First, those events do occur only on rebooting; I've seen no recurrence outside of that event. DFSR, for instance, consistently reports success in setting itself up 5 minutes after boot.
The RPC Locator and DHCP Client services are configured as you suggest.
The DNS server isn't configured for truly secured dynamic update; it just uses IP address restrictions. This is obviously a security risk, but a limited one in my environment, and only the AD _zones are allowed to update dynamically. Besides that, it does seem properly configured. An nslookup on the _ldap._tcp.dc._msdcs.contoso.com looks fine, and yields:
Default Server: dns1.contoso.com
> set type=all
_ldap._tcp.dc._msdcs.contoso.com SRV service location:
priority = 0
weight = 100
port = 389
svr hostname = DC.contoso.com
_tcp.contoso.com nameserver = dns1.contoso.com
DC.contoso.com internet address = 192.168.0.20
dns1.contoso.com internet address = 192.168.0.95
As for the SPNs, I'm not sure how to check that they're registered, or even which to check! I'm not very familiar with them... I think you're right, though, about the errors possibly being a Kerberos configuration issue. (That sounds dumb, but it didn't really occur to me. : )
I think I really have two (probably separate) issues here:
1. Is it required that the DNS A record contoso.com point to DC.contoso.com? Because in my caase, it doesn't and can't. The documentation I've read (including among other things the link you provided) has either not mentioned this record at all or said that it's for legacy applications that don't support SRV records... so I'm thinking the answer is "probably not".

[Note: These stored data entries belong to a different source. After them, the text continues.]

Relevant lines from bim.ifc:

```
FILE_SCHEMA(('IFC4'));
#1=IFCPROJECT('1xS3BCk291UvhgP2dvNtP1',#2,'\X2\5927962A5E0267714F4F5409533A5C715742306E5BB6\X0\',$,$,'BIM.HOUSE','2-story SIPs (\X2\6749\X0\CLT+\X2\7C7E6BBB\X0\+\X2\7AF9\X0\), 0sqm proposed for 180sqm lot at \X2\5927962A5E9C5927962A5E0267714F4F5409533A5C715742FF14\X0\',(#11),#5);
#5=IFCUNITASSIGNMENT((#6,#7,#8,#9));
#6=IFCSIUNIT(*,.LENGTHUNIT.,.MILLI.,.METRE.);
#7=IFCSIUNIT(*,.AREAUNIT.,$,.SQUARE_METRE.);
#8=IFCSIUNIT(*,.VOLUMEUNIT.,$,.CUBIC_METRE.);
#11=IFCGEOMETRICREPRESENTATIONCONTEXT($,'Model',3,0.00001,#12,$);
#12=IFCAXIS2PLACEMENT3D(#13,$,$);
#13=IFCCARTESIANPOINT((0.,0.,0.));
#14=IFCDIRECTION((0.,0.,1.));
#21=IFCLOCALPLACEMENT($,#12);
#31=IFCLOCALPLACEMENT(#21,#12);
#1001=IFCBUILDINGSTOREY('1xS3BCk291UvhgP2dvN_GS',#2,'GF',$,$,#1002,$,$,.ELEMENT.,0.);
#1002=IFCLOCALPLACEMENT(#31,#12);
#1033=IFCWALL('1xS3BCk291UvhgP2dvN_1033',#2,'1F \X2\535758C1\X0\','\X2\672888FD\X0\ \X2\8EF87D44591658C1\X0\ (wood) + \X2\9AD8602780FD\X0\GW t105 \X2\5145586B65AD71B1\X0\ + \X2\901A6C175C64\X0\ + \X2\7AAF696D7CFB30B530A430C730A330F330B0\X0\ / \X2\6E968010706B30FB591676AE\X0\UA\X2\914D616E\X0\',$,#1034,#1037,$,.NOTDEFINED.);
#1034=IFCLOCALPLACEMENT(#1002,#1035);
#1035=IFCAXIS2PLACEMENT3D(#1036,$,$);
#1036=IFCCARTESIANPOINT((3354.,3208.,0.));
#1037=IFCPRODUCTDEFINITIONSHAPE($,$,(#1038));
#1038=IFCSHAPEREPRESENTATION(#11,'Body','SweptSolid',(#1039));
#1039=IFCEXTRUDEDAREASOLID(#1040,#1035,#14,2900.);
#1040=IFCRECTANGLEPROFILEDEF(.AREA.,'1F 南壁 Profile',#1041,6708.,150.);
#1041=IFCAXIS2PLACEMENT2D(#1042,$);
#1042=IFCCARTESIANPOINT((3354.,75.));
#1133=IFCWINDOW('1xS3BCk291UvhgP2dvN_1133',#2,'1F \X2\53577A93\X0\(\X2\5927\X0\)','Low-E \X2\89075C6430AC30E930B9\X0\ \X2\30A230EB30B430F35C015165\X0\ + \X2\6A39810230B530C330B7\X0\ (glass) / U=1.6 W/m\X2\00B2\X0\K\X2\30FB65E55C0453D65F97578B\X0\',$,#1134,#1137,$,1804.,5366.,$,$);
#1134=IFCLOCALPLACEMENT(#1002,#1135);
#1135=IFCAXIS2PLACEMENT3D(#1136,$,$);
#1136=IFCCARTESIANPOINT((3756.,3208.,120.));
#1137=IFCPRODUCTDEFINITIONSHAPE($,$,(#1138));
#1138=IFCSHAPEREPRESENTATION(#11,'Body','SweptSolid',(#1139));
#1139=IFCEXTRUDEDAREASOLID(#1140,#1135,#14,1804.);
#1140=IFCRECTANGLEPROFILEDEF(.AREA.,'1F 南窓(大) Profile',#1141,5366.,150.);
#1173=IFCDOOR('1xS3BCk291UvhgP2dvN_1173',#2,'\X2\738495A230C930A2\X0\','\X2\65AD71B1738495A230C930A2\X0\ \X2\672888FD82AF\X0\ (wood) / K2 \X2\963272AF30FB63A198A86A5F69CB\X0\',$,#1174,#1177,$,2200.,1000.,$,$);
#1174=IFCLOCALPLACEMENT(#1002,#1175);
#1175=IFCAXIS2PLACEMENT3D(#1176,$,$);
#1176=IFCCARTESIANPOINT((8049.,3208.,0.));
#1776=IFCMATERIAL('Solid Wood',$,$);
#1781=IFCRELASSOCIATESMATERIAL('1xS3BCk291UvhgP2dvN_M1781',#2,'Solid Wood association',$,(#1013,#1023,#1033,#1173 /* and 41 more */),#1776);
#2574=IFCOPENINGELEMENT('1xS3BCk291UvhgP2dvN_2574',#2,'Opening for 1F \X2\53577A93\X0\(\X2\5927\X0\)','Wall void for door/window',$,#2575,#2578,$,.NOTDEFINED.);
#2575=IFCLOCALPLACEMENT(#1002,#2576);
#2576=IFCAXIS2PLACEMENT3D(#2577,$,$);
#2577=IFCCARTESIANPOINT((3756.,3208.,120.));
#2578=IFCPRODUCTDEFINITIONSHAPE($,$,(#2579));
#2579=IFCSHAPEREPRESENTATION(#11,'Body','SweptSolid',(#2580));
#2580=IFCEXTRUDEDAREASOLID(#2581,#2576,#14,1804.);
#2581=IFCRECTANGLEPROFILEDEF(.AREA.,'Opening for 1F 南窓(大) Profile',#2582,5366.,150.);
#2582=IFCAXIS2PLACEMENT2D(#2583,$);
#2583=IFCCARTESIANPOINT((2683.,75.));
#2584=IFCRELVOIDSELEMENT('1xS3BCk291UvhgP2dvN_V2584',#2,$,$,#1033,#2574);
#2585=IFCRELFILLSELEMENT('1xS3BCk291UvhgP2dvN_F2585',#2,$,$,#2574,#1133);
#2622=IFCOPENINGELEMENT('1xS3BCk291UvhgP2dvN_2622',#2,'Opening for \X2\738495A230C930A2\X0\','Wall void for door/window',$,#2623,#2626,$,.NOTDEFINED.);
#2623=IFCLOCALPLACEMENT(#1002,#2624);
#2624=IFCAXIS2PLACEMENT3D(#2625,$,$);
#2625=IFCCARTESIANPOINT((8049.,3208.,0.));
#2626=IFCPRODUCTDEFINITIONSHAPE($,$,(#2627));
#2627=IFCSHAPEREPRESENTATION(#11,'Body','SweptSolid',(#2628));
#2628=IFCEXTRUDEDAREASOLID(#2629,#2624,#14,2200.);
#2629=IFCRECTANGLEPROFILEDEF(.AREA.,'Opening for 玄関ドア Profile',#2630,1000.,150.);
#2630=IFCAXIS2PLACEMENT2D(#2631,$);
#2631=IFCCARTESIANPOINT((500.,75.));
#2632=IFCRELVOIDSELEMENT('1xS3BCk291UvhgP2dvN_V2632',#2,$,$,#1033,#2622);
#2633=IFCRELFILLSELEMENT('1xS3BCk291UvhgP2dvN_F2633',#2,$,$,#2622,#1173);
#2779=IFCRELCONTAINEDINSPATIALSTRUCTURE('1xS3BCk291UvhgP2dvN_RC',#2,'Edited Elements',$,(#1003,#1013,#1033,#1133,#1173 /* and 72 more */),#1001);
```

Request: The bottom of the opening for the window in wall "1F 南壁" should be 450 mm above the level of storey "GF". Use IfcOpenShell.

```python
import numpy as np
import ifcopenshell
import ifcopenshell.api.geometry
import ifcopenshell.geom
import ifcopenshell.util.element
import ifcopenshell.util.placement
import ifcopenshell.util.shape
import ifcopenshell.util.unit

model = ifcopenshell.open("bim.ifc")
unit_scale = ifcopenshell.util.unit.calculate_unit_scale(model)

window = model.by_guid("1xS3BCk291UvhgP2dvN_1133")
opening = window.FillsVoids[0].RelatingOpeningElement
storey = ifcopenshell.util.element.get_container(window, ifc_class="IfcBuildingStorey")
level = ifcopenshell.util.placement.get_local_placement(storey.ObjectPlacement)[2, 3]

# The opening's origin need not be at the sill, so measure its lowest point.
shape = ifcopenshell.geom.create_shape(ifcopenshell.geom.settings(), opening)
bottom = ifcopenshell.util.shape.get_shape_bottom_elevation(shape, shape.geometry) / unit_scale
dz = level + 450.0 - bottom

shift = np.array([0.0, 0.0, dz])
# The window is not placed relative to its opening, so move both.
for product in (opening, window):
    matrix = ifcopenshell.util.placement.get_local_placement(product.ObjectPlacement)
    matrix[:3, 3] += shift
    ifcopenshell.api.geometry.edit_object_placement(model, product=product, matrix=matrix, is_si=False)

print(f"moved by {dz * unit_scale:+.3f} m")

model.write("bim-out.ifc")
```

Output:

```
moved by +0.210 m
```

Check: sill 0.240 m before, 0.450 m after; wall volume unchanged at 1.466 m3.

2. What's breaking on start-up that these Kerberos errors crop up on reboot? I think that's why the GPClient is hanging... because it can't authenticate to get to the SYSVOL share, but I don't know why. (Initially I thought it couldn't get to SYSVOL because it was trying \\contoso.com\SYSVOL, and as mentioned above, contoso.com is registered in DNS to our web server. But, after I logon it can get to sysvol using that path, so I don't think that's the issue.)
Any more thoughts or pointers on this? Is it even something I need to worry about? Thanks again, I really appreciate it!